Some of the people I had come to know talked about the Huichol tribe in Mexico they called "The last intact Pre-Colombian Indian Tribe in North America". Leo and Raven both had some of the colorful clothing and a some of the art produced by them was around the houses at the ranch. At some point the idea of traveling there for a visit was introduced and I decided to go to learn more. A fantastic journey commenced in late March and concluded in late April of 1998.

My companion was Kevin, an openly homosexual man but he was always respectful of my heterosexuality and I liked him so I covered most of our costs, which were not large anyway. We received detailed instruction from Michael Brown, a respected member of our "family" and contact info for a some friends in Tepic, which is Nayarit, Mexico. Michael suggested we take a bus from the border to immerse ourselves in the culture as we traveled. 

We were dropped off at the border in Nogales, a town south of Tucson and easily obtained our visa's on the same day. Walking into Mexico everything instantly changes and it was both frightening and exhilarating. In hindsight I wish I had learned to speak and understand Spanish as it would have been less stressful, but many Mexican people have a basic English capability so we got by. We found the bus station and got our tickets for the 24 hour ride deep into Mexico.

I was surprised at how well appointed the bus was. The seating was comfortable, there were curtains on the windows and little TV's at each row that ran a continuous stream that included several American movies with subtitles. Our fellow passengers were all Mexicans that spoke very little English. They were "country" people that lived on ranches and farms for the most part. Everyone was very friendly and we felt welcome and safe. Every few hours the bus would stop at a roadside business primarily serving food but also with some convenience store type items that travelers would buy. These stops were also the toilet breaks and the toilets usually had a poor local sitting nearby selling toilet tissue  by the square. I think it was one peso per square, so it took several pesos to get enough to be useful. 

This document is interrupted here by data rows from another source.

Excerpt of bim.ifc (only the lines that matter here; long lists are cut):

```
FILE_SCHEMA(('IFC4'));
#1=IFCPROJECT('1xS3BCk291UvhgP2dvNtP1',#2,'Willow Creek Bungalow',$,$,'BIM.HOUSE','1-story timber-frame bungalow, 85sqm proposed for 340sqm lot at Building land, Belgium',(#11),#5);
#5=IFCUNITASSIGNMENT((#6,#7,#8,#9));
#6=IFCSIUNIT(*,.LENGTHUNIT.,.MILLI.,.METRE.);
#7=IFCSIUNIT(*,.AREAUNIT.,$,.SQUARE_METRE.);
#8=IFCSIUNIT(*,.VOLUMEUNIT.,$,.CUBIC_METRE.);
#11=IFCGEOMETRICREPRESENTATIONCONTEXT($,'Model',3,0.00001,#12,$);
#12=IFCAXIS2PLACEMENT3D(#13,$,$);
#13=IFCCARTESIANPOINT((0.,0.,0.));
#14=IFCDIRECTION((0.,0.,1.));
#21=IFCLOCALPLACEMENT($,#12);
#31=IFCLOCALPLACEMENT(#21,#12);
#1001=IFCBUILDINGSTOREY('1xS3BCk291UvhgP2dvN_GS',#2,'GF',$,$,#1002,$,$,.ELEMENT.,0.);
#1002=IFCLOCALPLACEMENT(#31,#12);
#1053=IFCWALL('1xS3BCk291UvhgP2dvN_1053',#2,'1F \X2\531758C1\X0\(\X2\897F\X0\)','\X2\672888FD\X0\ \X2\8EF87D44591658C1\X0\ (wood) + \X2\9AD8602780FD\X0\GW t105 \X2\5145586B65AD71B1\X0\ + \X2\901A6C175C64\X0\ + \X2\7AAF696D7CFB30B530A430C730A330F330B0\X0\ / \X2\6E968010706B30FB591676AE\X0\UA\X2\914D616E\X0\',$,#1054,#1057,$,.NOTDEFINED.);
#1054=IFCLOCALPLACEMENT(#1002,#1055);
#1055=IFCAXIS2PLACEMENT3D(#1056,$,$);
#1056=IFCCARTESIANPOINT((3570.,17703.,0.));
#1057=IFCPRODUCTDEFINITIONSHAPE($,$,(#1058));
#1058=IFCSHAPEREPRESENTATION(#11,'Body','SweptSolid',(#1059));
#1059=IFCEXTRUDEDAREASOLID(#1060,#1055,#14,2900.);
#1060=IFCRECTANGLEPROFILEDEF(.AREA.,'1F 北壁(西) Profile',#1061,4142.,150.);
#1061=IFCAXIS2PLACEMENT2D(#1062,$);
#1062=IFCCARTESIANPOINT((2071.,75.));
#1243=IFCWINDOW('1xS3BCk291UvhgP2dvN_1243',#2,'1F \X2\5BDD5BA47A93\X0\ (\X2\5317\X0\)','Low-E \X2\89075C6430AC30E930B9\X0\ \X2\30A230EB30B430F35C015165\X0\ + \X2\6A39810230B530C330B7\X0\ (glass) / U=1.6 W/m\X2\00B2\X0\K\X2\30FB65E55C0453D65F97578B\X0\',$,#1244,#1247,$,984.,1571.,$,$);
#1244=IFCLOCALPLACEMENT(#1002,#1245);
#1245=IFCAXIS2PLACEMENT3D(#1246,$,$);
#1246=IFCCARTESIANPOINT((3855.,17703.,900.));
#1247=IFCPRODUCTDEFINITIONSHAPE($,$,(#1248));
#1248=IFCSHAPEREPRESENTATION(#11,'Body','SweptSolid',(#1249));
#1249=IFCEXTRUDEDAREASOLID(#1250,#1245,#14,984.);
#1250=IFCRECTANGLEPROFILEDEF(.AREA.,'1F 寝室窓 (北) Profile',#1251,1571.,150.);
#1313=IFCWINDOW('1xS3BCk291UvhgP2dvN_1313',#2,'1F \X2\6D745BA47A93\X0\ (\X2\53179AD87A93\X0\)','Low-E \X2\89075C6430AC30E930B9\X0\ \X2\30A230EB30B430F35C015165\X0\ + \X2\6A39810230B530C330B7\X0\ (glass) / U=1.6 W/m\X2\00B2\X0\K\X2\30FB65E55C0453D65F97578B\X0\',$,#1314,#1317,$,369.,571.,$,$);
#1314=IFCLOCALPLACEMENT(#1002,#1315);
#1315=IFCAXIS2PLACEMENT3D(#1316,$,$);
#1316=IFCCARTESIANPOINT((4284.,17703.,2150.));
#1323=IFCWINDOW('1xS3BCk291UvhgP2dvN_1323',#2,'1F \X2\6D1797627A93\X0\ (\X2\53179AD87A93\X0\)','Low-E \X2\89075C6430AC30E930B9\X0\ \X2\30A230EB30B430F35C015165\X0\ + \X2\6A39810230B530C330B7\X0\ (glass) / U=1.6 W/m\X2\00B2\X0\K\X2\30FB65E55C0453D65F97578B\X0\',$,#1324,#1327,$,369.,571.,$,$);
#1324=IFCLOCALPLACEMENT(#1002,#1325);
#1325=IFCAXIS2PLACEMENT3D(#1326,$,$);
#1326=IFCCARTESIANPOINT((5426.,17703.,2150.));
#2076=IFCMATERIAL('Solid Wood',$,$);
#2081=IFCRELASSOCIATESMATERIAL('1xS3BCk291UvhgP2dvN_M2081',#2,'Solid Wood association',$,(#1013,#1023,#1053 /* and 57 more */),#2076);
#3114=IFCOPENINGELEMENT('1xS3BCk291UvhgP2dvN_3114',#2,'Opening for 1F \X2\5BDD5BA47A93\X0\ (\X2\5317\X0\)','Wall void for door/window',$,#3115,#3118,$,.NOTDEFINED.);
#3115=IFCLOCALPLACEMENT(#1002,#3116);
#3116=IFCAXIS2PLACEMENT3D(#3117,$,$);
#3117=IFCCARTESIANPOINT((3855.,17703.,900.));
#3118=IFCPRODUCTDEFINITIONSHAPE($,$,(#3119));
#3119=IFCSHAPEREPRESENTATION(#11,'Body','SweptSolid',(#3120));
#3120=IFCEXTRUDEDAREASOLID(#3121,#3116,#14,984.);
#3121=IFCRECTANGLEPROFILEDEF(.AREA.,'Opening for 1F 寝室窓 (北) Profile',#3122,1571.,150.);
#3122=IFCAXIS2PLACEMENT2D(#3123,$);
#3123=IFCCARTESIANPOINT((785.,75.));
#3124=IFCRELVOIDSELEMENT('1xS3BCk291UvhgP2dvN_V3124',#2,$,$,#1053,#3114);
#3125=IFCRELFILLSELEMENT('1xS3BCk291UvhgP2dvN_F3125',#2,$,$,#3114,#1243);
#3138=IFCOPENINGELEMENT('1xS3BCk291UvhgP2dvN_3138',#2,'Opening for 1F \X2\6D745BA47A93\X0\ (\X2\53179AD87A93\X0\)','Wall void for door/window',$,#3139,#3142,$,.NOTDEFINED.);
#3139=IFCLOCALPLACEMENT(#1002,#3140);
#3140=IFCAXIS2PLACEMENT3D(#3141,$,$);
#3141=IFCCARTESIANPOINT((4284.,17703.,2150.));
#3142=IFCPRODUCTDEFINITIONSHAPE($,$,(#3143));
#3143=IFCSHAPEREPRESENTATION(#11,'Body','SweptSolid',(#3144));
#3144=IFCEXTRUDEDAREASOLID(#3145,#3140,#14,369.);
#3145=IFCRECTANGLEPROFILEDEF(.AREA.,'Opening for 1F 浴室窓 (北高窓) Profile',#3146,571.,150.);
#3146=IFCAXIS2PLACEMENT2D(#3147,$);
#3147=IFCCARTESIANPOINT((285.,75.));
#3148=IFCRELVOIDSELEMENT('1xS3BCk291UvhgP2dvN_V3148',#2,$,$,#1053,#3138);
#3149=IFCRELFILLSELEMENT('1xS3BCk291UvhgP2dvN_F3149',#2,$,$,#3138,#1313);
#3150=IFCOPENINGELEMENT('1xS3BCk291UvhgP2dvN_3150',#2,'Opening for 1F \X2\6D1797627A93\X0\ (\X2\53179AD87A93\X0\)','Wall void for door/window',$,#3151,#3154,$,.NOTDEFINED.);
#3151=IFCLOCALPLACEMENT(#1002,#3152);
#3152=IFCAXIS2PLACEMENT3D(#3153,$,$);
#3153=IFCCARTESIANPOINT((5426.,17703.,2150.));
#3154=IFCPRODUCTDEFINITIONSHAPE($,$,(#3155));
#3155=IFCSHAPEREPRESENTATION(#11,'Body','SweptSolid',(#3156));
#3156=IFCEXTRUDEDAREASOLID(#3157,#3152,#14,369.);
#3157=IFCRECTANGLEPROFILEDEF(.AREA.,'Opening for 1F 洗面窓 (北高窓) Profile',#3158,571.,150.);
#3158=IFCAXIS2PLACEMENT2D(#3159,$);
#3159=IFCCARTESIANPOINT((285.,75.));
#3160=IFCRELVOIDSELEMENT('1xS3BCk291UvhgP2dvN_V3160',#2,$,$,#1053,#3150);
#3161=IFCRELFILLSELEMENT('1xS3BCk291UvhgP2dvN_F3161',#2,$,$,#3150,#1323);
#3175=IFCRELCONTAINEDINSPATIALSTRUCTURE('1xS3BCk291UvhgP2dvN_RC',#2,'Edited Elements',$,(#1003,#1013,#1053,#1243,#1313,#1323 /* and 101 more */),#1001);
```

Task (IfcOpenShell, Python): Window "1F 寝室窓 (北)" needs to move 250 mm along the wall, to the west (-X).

```python
import ifcopenshell
import ifcopenshell.api.geometry
import ifcopenshell.util.placement
import ifcopenshell.util.unit

model = ifcopenshell.open("bim.ifc")
unit_scale = ifcopenshell.util.unit.calculate_unit_scale(model)

window = model.by_guid("1xS3BCk291UvhgP2dvN_1243")
opening = window.FillsVoids[0].RelatingOpeningElement
wall = opening.VoidsElements[0].RelatingBuildingElement

wall_matrix = ifcopenshell.util.placement.get_local_placement(wall.ObjectPlacement)
shift = wall_matrix[:3, 0] * -0.25 / unit_scale
before = ifcopenshell.util.placement.get_local_placement(window.ObjectPlacement)[:3, 3].copy()

# The window is not placed relative to its opening, so move both.
for product in (opening, window):
    matrix = ifcopenshell.util.placement.get_local_placement(product.ObjectPlacement)
    matrix[:3, 3] += shift
    ifcopenshell.api.geometry.edit_object_placement(model, product=product, matrix=matrix, is_si=False)

after = ifcopenshell.util.placement.get_local_placement(window.ObjectPlacement)[:3, 3]
print("window moved by", (after - before).round(3) + 0.0)

model.write("bim_edited.ifc")
```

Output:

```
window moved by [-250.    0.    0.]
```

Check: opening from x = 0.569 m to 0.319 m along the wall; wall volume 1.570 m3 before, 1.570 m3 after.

24 hours is long time to be trapped on a bus ride, but the experience did in fact make us more comfortable in such unfamiliar surroundings and immersed us into the "real" culture of Mexico which is very different than the violent gang activity that is shown on USA news. The "real" Mexican people are very friendly, kind and sociable. They are fond of our dollars! Mexican culture is strong on families and very musical. Musicians are on nearly every corner in city plazas and restaurants. Authentic Mexican food is amazing and delicious. Most of it is locally sourced and very fresh. There are massive central marketplaces populated by hundreds of small family businesses selling everything imaginable, but especially farm fresh food. The roads are poorly marked, narrow with frequent potholes and many hazards. Among the hazards are "safety" stops for private cars where people in uniforms collect small fees for their "service". This another advantage of traveling in the bus, we were not bothered at these stops very much at all. 

When we arrived in Tepic my first priority was to find a hotel with a shower and bed. Soon we were checked in to a clean but modest lodging in a room with two beds for just $11 USD per night. We had been given two contacts to make there. One was at a local vegetarian restaurant owned by a friend and the other was at a ranch in the country owned by an American. Our goal was to meet Huichol people and we hoped to attend a ceremony. The country ranch owner had a good relationship with the local Huichol people and was building a traditional ceremony round-house called a "calihuey" on his property. We wandered around Tepic for a couple of days while the restaurant owner made arrangements for us to go out to the ranch. 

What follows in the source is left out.